Metadata-Version: 2.4
Name: scsu
Version: 1.1.1
Summary: Standard Compression Scheme for Unicode
Project-URL: Homepage, https://gitlab.com/gonard/scsu
Project-URL: Issues, https://gitlab.com/gonard/scsu/issues
Author-email: Gonard <gary@gonard.org>
License-Expression: MIT
License-File: LICENSE.txt
Classifier: Development Status :: 5 - Production/Stable
Classifier: Intended Audience :: Developers
Classifier: License :: OSI Approved :: MIT License
Classifier: Operating System :: OS Independent
Classifier: Programming Language :: Python :: 3
Classifier: Topic :: Software Development :: Libraries :: Python Modules
Classifier: Topic :: System :: Archiving :: Compression
Classifier: Topic :: Text Processing
Requires-Python: >=3.10
Description-Content-Type: text/markdown

# Standard Compression Scheme for Unicode

This package implements [SCSU](https://www.unicode.org/reports/tr6/tr6-4.html) as a Python text codec.

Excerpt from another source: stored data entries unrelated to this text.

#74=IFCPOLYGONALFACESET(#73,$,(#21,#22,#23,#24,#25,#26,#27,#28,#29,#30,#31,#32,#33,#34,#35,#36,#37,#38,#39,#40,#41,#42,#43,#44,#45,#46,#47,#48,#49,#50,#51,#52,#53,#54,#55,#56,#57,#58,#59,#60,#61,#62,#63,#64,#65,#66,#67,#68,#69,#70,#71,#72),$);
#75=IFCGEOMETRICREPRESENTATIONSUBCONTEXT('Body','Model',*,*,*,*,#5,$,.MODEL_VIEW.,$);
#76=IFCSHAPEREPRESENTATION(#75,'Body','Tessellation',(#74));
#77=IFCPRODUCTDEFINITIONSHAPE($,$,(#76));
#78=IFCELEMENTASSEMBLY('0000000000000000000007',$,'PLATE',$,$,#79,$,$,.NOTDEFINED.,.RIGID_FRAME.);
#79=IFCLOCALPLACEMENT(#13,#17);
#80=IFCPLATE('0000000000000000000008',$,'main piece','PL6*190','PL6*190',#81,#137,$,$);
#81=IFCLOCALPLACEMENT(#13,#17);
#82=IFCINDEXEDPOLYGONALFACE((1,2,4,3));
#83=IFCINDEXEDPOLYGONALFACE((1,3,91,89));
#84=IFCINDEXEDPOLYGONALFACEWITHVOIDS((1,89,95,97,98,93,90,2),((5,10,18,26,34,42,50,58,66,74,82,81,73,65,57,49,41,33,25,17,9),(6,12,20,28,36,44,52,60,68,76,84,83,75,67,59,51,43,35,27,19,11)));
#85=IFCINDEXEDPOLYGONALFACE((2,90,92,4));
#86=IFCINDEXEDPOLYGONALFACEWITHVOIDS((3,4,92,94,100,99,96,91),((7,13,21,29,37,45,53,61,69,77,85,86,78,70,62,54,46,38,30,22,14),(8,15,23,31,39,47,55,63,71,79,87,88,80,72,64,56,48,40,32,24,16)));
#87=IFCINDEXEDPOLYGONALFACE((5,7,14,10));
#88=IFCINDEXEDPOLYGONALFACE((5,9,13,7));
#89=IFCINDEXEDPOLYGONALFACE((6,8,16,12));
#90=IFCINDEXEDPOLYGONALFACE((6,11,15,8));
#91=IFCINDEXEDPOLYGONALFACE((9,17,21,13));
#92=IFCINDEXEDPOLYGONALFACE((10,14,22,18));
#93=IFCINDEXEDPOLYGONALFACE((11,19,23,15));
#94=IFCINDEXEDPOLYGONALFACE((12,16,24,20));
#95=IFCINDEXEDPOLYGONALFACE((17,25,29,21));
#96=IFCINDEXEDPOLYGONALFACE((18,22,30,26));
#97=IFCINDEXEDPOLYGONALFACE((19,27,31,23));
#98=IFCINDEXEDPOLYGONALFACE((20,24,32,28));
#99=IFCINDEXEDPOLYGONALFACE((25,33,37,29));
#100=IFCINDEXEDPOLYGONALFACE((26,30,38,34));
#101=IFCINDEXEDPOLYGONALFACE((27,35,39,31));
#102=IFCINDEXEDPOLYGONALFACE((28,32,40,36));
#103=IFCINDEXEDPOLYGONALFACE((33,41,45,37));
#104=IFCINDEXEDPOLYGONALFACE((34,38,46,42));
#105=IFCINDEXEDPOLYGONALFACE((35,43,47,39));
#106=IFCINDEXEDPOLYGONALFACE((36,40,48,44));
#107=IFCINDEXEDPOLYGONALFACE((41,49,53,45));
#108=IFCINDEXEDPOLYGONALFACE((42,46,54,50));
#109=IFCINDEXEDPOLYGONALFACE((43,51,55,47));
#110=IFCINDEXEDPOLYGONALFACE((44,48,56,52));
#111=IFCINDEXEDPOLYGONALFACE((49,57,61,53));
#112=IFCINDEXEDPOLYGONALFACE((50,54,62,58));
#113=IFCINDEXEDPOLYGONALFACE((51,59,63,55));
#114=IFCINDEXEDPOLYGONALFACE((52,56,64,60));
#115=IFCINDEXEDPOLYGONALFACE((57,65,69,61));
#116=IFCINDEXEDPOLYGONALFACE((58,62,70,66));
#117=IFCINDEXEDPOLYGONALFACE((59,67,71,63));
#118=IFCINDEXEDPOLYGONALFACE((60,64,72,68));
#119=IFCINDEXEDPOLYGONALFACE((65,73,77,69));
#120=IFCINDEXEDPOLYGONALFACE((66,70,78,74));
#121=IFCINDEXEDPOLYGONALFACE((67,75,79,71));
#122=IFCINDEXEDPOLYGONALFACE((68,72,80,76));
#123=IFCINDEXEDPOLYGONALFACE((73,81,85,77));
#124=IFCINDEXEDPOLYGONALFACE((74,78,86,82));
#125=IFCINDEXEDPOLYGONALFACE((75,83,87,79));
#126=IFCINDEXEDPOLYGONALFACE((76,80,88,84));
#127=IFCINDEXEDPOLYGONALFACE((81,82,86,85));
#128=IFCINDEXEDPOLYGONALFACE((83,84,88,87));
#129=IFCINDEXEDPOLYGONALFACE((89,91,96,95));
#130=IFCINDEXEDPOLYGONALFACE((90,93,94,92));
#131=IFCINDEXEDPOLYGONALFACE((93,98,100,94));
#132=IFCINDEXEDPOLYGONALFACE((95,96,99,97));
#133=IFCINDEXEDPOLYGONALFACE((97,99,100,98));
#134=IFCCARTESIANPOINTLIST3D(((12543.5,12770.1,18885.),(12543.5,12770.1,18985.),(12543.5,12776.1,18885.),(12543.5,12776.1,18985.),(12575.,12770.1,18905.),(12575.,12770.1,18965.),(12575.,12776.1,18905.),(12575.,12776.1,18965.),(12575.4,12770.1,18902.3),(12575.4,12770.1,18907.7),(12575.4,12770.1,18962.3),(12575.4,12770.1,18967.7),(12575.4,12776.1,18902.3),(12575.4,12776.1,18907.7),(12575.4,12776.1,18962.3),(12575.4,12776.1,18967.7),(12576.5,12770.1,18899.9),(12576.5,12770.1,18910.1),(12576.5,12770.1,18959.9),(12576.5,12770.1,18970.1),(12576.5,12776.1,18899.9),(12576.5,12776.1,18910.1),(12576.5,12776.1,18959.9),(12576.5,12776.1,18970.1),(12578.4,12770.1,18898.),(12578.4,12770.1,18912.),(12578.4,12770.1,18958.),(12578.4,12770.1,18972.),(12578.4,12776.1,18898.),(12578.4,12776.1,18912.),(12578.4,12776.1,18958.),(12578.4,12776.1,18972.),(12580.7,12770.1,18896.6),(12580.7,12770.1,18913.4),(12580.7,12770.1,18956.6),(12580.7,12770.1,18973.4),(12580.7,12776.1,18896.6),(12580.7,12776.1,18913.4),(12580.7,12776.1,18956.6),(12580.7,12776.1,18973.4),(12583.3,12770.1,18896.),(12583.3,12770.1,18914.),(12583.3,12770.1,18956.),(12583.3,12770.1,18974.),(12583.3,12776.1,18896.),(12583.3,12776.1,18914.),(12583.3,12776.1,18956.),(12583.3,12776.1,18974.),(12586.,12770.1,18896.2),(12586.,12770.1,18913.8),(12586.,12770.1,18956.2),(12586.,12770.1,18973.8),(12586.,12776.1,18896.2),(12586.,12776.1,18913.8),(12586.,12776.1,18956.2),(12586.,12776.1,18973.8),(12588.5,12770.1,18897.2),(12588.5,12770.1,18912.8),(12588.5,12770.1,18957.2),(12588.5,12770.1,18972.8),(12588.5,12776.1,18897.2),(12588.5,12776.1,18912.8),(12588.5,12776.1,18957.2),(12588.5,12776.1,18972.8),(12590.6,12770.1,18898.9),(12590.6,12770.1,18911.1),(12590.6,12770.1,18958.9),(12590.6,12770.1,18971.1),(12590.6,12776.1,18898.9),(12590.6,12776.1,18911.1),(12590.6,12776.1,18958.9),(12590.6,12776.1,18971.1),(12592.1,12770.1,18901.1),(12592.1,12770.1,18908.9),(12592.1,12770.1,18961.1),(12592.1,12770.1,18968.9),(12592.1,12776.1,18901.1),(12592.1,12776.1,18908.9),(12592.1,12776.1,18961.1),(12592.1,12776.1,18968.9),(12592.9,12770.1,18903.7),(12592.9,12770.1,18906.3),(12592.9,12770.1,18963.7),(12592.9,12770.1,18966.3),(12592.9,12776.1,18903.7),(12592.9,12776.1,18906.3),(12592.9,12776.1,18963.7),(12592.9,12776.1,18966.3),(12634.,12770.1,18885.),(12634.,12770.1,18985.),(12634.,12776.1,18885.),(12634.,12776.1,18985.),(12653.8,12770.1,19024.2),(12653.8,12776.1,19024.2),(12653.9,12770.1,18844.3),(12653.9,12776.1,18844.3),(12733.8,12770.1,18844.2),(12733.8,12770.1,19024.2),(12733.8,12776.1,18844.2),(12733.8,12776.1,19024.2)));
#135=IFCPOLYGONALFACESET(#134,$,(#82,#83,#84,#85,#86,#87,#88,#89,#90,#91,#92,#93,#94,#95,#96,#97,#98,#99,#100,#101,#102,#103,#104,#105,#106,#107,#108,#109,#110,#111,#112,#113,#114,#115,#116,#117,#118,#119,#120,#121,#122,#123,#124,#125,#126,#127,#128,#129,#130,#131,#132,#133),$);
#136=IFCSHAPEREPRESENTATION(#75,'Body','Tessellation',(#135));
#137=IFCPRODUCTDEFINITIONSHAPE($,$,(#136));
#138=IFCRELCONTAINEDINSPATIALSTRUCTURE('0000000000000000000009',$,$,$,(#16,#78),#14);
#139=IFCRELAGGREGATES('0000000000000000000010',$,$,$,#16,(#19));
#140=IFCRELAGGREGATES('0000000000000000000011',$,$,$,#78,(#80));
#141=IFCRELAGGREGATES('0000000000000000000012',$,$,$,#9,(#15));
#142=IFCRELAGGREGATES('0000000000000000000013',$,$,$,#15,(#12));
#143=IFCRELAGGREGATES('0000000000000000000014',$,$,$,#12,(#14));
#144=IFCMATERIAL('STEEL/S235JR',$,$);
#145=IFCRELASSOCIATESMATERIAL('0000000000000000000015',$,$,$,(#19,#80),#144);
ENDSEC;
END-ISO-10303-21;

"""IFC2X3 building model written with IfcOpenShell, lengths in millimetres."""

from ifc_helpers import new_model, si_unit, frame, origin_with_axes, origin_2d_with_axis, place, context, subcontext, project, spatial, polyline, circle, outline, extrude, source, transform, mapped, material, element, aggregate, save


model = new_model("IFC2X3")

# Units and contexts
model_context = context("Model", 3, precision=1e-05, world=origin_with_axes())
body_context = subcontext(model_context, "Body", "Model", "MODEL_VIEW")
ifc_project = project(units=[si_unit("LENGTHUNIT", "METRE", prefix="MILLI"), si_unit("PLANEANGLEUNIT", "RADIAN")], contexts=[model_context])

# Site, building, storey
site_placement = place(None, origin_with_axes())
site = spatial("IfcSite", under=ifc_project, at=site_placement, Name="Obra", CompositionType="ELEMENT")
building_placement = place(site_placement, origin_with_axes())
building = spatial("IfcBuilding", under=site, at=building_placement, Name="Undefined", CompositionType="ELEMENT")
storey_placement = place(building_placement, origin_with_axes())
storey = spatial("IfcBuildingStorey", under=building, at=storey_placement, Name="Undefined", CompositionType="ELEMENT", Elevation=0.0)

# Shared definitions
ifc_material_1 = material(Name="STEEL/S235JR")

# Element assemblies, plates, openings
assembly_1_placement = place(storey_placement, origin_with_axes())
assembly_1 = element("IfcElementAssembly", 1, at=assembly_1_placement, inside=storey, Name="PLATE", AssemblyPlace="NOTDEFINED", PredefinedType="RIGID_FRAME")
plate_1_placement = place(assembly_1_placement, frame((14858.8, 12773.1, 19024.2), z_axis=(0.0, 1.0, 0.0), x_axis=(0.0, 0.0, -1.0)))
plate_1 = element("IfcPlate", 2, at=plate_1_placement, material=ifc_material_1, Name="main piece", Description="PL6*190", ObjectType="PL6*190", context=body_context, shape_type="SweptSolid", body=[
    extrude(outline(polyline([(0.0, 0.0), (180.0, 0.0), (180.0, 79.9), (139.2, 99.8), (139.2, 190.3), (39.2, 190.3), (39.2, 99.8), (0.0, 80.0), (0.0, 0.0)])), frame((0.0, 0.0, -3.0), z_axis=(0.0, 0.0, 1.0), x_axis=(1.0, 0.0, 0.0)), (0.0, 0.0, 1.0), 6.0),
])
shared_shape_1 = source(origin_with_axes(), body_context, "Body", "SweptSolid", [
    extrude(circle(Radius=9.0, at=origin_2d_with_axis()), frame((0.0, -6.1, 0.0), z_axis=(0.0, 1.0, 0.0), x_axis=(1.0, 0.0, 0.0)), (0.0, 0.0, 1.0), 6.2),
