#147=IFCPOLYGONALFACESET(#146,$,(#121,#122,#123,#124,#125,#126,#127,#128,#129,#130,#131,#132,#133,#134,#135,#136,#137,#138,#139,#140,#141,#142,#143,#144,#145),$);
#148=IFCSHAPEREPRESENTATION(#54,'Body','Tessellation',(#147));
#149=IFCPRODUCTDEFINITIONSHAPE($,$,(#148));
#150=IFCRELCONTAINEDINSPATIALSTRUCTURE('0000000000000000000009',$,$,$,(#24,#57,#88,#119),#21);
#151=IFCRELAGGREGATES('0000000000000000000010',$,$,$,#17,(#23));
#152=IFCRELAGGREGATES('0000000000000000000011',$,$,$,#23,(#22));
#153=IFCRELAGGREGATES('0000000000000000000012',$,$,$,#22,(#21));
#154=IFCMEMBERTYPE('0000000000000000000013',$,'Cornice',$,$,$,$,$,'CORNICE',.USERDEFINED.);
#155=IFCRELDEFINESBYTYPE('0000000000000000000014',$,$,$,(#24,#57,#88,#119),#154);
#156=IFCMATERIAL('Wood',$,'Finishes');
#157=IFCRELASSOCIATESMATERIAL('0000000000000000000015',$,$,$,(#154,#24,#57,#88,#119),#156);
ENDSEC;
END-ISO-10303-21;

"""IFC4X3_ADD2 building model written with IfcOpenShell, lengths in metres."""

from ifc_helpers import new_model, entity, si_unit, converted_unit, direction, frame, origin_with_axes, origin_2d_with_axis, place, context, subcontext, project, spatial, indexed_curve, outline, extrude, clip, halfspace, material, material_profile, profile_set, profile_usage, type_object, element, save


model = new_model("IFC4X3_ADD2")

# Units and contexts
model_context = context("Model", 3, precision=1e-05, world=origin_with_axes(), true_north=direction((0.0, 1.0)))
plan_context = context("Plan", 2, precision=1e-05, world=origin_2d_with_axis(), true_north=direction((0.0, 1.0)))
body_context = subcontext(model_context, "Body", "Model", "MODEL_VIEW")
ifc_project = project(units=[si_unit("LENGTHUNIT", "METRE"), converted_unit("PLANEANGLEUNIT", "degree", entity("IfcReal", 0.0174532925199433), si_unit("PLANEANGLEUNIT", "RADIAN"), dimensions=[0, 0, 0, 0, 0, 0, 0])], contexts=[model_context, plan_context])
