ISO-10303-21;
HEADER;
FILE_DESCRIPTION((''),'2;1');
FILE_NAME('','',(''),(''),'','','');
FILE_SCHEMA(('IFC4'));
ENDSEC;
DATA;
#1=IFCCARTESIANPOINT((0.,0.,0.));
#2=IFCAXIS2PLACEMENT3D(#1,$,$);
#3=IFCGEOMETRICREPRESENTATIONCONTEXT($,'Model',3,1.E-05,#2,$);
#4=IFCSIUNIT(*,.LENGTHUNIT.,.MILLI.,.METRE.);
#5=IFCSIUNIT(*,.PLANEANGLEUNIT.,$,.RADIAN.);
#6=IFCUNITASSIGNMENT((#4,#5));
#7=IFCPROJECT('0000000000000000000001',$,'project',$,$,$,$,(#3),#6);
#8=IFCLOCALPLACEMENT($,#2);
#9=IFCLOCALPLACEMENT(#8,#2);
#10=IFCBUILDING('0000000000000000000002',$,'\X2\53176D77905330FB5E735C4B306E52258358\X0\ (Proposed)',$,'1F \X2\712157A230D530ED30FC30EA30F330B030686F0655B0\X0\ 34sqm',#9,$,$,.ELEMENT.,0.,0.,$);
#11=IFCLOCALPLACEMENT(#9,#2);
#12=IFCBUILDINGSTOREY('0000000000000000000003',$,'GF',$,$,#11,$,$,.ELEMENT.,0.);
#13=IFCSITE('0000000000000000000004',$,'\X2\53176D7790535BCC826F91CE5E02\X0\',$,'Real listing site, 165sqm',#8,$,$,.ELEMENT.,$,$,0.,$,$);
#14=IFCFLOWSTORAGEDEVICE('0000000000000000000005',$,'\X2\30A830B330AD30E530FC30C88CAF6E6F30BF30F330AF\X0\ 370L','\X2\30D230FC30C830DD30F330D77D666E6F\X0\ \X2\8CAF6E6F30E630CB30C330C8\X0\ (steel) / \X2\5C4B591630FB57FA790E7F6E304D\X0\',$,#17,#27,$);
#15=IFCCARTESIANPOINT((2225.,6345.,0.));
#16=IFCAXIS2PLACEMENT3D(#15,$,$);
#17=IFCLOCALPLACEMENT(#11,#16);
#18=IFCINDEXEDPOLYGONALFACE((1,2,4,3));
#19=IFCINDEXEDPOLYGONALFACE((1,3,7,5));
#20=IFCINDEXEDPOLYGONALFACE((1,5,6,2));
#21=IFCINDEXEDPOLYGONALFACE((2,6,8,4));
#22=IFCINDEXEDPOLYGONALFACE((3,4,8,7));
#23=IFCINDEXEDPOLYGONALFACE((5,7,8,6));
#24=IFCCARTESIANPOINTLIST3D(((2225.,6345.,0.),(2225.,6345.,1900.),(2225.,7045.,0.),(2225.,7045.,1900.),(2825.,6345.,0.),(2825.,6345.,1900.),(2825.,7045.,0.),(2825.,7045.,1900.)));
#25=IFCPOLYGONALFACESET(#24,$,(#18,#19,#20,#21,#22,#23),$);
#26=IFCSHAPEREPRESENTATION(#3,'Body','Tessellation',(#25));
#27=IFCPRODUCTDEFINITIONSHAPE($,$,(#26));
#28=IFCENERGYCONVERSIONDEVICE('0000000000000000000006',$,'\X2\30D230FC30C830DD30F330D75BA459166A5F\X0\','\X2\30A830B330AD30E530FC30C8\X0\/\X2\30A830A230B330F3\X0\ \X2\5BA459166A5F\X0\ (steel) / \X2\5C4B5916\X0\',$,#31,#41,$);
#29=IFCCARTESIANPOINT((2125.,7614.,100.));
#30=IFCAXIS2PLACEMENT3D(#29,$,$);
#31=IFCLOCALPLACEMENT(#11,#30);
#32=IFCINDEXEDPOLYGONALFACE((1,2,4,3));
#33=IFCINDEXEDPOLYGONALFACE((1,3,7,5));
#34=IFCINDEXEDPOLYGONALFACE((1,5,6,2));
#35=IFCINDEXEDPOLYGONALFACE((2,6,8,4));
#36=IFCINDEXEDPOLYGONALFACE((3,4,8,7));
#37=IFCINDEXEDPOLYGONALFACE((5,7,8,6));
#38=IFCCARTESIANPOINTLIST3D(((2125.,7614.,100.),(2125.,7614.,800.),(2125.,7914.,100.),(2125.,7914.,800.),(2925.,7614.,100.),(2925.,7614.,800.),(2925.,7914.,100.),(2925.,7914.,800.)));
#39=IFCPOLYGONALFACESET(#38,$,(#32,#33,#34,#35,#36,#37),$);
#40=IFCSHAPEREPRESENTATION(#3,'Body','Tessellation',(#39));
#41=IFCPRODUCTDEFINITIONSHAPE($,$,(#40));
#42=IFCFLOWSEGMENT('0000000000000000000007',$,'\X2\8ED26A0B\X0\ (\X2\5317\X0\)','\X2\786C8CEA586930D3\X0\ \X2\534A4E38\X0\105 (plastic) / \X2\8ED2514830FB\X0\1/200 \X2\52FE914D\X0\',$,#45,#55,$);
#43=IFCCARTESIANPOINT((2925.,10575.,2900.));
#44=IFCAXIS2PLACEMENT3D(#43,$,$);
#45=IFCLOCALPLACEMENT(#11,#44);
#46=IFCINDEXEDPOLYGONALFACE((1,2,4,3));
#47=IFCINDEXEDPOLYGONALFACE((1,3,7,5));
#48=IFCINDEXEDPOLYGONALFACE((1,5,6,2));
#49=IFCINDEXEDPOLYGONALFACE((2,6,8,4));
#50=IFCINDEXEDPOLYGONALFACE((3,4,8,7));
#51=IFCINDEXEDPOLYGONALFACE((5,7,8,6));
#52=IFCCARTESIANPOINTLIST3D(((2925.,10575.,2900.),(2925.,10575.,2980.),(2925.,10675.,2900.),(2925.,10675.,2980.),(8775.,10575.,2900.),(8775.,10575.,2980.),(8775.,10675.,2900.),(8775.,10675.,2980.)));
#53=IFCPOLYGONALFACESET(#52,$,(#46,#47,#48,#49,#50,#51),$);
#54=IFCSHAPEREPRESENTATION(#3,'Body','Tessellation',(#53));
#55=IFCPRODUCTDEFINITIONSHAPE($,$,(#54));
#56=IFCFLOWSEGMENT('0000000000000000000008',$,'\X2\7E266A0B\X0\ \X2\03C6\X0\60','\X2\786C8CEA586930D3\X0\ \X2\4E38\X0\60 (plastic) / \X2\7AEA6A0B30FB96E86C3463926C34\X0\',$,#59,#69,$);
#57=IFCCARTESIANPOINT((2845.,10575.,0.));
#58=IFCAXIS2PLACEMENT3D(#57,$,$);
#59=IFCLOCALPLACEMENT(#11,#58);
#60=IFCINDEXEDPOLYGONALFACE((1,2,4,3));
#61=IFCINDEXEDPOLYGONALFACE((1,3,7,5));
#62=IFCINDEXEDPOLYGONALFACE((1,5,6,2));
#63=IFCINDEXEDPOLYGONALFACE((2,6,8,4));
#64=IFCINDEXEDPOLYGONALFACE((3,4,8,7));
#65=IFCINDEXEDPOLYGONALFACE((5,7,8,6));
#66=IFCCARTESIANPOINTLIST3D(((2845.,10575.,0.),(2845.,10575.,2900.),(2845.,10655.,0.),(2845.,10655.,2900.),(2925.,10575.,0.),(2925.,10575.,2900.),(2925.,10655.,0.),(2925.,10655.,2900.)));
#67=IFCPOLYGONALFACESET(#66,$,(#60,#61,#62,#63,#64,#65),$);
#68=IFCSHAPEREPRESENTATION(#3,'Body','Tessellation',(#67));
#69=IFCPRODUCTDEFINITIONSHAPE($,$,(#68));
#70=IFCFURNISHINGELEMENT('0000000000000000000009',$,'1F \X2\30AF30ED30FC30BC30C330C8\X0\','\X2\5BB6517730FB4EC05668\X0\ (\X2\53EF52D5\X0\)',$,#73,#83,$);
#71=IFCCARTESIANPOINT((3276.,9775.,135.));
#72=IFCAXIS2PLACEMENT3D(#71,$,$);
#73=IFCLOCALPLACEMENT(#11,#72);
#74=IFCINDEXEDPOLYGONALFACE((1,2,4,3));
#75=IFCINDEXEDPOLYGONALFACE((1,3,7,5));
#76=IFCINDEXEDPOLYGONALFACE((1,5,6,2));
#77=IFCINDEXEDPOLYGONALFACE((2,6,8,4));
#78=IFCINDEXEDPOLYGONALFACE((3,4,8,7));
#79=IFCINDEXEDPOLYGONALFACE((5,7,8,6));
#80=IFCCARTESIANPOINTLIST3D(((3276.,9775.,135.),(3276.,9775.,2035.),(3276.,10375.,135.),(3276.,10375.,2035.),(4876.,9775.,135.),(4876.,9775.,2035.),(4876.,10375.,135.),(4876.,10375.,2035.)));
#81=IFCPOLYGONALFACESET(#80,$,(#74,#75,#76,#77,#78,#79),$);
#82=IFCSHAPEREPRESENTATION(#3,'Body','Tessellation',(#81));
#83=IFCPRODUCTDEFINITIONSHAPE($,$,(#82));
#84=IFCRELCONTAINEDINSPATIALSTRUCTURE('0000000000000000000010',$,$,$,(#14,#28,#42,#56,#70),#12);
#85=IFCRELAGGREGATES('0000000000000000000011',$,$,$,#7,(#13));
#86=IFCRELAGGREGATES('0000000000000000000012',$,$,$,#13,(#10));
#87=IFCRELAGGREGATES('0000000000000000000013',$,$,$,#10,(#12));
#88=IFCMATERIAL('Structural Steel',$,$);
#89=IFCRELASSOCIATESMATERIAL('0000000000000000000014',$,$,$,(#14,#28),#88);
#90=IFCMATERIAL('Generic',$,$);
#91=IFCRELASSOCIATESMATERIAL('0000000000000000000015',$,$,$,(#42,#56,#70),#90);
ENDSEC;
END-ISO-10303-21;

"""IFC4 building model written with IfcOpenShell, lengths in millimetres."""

from ifc_helpers import new_model, si_unit, frame, frame_2d, origin, place, context, project, spatial, rectangle, extrude, material, element, save


model = new_model("IFC4")

# Units and contexts
model_context = context("Model", 3, precision=1e-05, world=origin())
ifc_project = project(units=[si_unit("LENGTHUNIT", "METRE", prefix="MILLI"), si_unit("PLANEANGLEUNIT", "RADIAN")], contexts=[model_context])

# Site, building, storey
site_placement = place(None, origin())
site = spatial("IfcSite", under=ifc_project, at=site_placement, Name="北海道富良野市", ObjectType="Real listing site, 165sqm", CompositionType="ELEMENT", RefElevation=0.0)
building_placement = place(site_placement, origin())
building = spatial("IfcBuilding", under=site, at=building_placement, Name="北海道・平屋の別荘 (Proposed)", ObjectType="1F 無垢フローリングと漆喰 34sqm", CompositionType="ELEMENT", ElevationOfRefHeight=0.0, ElevationOfTerrain=0.0)
storey_placement = place(building_placement, origin())
storey = spatial("IfcBuildingStorey", under=building, at=storey_placement, Name="GF", CompositionType="ELEMENT", Elevation=0.0)

# Shared definitions
ifc_material_1 = material(Name="Structural Steel")

# Shared definitions
ifc_material_2 = material(Name="Generic")

# Flow storage device
flow_storage_device_placement = place(storey_placement, frame((2225.0, 6345.0, 0.0)))
element("IfcFlowStorageDevice", 1, at=flow_storage_device_placement, inside=storey, material=ifc_material_1, Name="エコキュート貯湯タンク 370L", Description="ヒートポンプ給湯 貯湯ユニット (steel) / 屋外・基礎置き", context=model_context, shape_type="SweptSolid", body=[
    extrude(rectangle(XDim=600.0, YDim=700.0, at=frame_2d((300.0, 350.0))), frame((2225.0, 6345.0, 0.0)), (0.0, 0.0, 1.0), 1900.0),
])

# Energy conversion device
energy_conversion_device_placement = place(storey_placement, frame((2125.0, 7614.0, 100.0)))
element("IfcEnergyConversionDevice", 2, at=energy_conversion_device_placement, inside=storey, material=ifc_material_1, Name="ヒートポンプ室外機", Description="エコキュート/エアコン 室外機 (steel) / 屋外", context=model_context, shape_type="SweptSolid", body=[
    extrude(rectangle(XDim=800.0, YDim=300.0, at=frame_2d((400.0, 150.0))), frame((2125.0, 7614.0, 100.0)), (0.0, 0.0, 1.0), 700.0),
])

# Flow segments
flow_segment_1_placement = place(storey_placement, frame((2925.0, 10575.0, 2900.0)))
element("IfcFlowSegment", 3, at=flow_segment_1_placement, inside=storey, material=ifc_material_2, Name="軒樋 (北)", Description="硬質塩ビ 半丸105 (plastic) / 軒先・1/200 勾配", context=model_context, shape_type="SweptSolid", body=[
    extrude(rectangle(XDim=5850.0, YDim=100.0, at=frame_2d((2925.0, 50.0))), frame((2925.0, 10575.0, 2900.0)), (0.0, 0.0, 1.0), 80.0),
])
flow_segment_2_placement = place(storey_placement, frame((2845.0, 10575.0, 0.0)))
element("IfcFlowSegment", 4, at=flow_segment_2_placement, inside=storey, material=ifc_material_2, Name="縦樋 φ60", Description="硬質塩ビ 丸60 (plastic) / 竪樋・雨水排水", context=model_context, shape_type="SweptSolid", body=[
    extrude(rectangle(XDim=80.0, YDim=80.0, at=frame_2d((40.0, 40.0))), frame((2845.0, 10575.0, 0.0)), (0.0, 0.0, 1.0), 2900.0),
])

# Furnishing element
furnishing_placement = place(storey_placement, frame((3276.0, 9775.0, 135.0)))
element("IfcFurnishingElement", 5, at=furnishing_placement, inside=storey, material=ifc_material_2, Name="1F クローゼット", Description="家具・什器 (可動)", context=model_context, shape_type="SweptSolid", body=[
    extrude(rectangle(XDim=1600.0, YDim=600.0, at=frame_2d((800.0, 300.0))), frame((3276.0, 9775.0, 135.0)), (0.0, 0.0, 1.0), 1900.0),
])

save(model, "model.ifc")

## Benefits of Unicode compression

Compressed strings typically have fewer bytes than strings encoded as [UTF-8](https://en.wikipedia.org/wiki/UTF-8) or [UTF-16](https://en.wikipedia.org/wiki/UTF-16).

| Sample Text                        | In UTF-8 | In UTF-16 | In SCSU  |
|------------------------------------|----------|-----------|----------|
| `¿Qué es Unicode?`                 | 18 bytes | 32 bytes  | 16 bytes |
| `Що таке Юнікод?`                  | 27 bytes | 30 bytes  | 16 bytes |
| `Ի՞նչ է Յունիկոդը ?`               | 32 bytes | 36 bytes  | 20 bytes |
| `यूनिकोड क्या है?`                 | 42 bytes | 32 bytes  | 17 bytes |
| `ユニコードとは何か？`                       | 30 bytes | 20 bytes  | 15 bytes |
| `什麼是Unicode(統一碼/標準萬國碼)?`           | 44 bytes | 44 bytes  | 38 bytes |
| `𐑢𐑳𐑑 𐑦𐑟 𐑿𐑯𐑦𐑒𐑴𐑛?`        | 47 bytes | 50 bytes  | 17 bytes |
| `😀😁😂😃😄😅😆😇😈😉😊😋😌😍😎😏` | 64 bytes | 64 bytes  | 19 bytes |

## Requirements

This package requires [Python 3.10](https://docs.python.org/3/whatsnew/3.10.html) or above.

## Usage

### Source code

Simply import the module and the SCSU codec is ready to use:

```python
import scsu

b = s.encode("SCSU")
```

To automatically add and remove a byte-order mark signature, use `SCSU-SIG` instead of `SCSU`.

### Command line interface

To compress a file, use the "encode" command: `python3 -m scsu encode unicode.txt > scsu.txt`

To decompress a file, use the "decode" command: `python3 -m scsu decode scsu.txt > unicode.txt`

To automatically add and remove a byte-order mark signature, add the `-s` option after the `encode`/`decode` command.

## Errata

[CPython bug #79792](https://github.com/python/cpython/issues/79792) causes the sample code (below) to not flush the encoding buffer:

```python
with open(file, mode="w", encoding="SCSU-SIG") as f:
    f.write(s)  # Never flushes the encoding buffer.
```

A workaround is to import the `codecs` module, then replace `open` with `codecs.open`:

```python
import codecs

with codecs.open(file, "w", encoding="SCSU-SIG") as f:
    f.write(s)  # Always flushes the encoding buffer.
```

## Credits

Encoding logic is heavily based on a sample encoder described in "[A survey of Unicode compression](https://www.unicode.org/notes/tn14/UnicodeCompression.pdf)" by Doug Ewell and originally written by Richard Gillam in his book _[Unicode Demystified](https://www.oreilly.com/library/view/unicode-demystified/0201700522/)_.

Enhancements to the encoding logic include:
* **A two-character lookahead buffer** to avoid a case where switching from Unicode to single-byte mode requires two window switches.
* **Compression of sequential static window characters** into a single new dynamic window, to avoid a case where a long string of punctuation is encoded as multiple quoted characters. 
* **Uses the [Latin-1 Supplement](https://www.unicode.org/charts/PDF/U0080.pdf) window whenever possible** so transcoding text encoded as ISO-8859-1 results in a valid SCSU _and_ ISO-8859-1 byte string.

Decoding logic, however, is entirely original.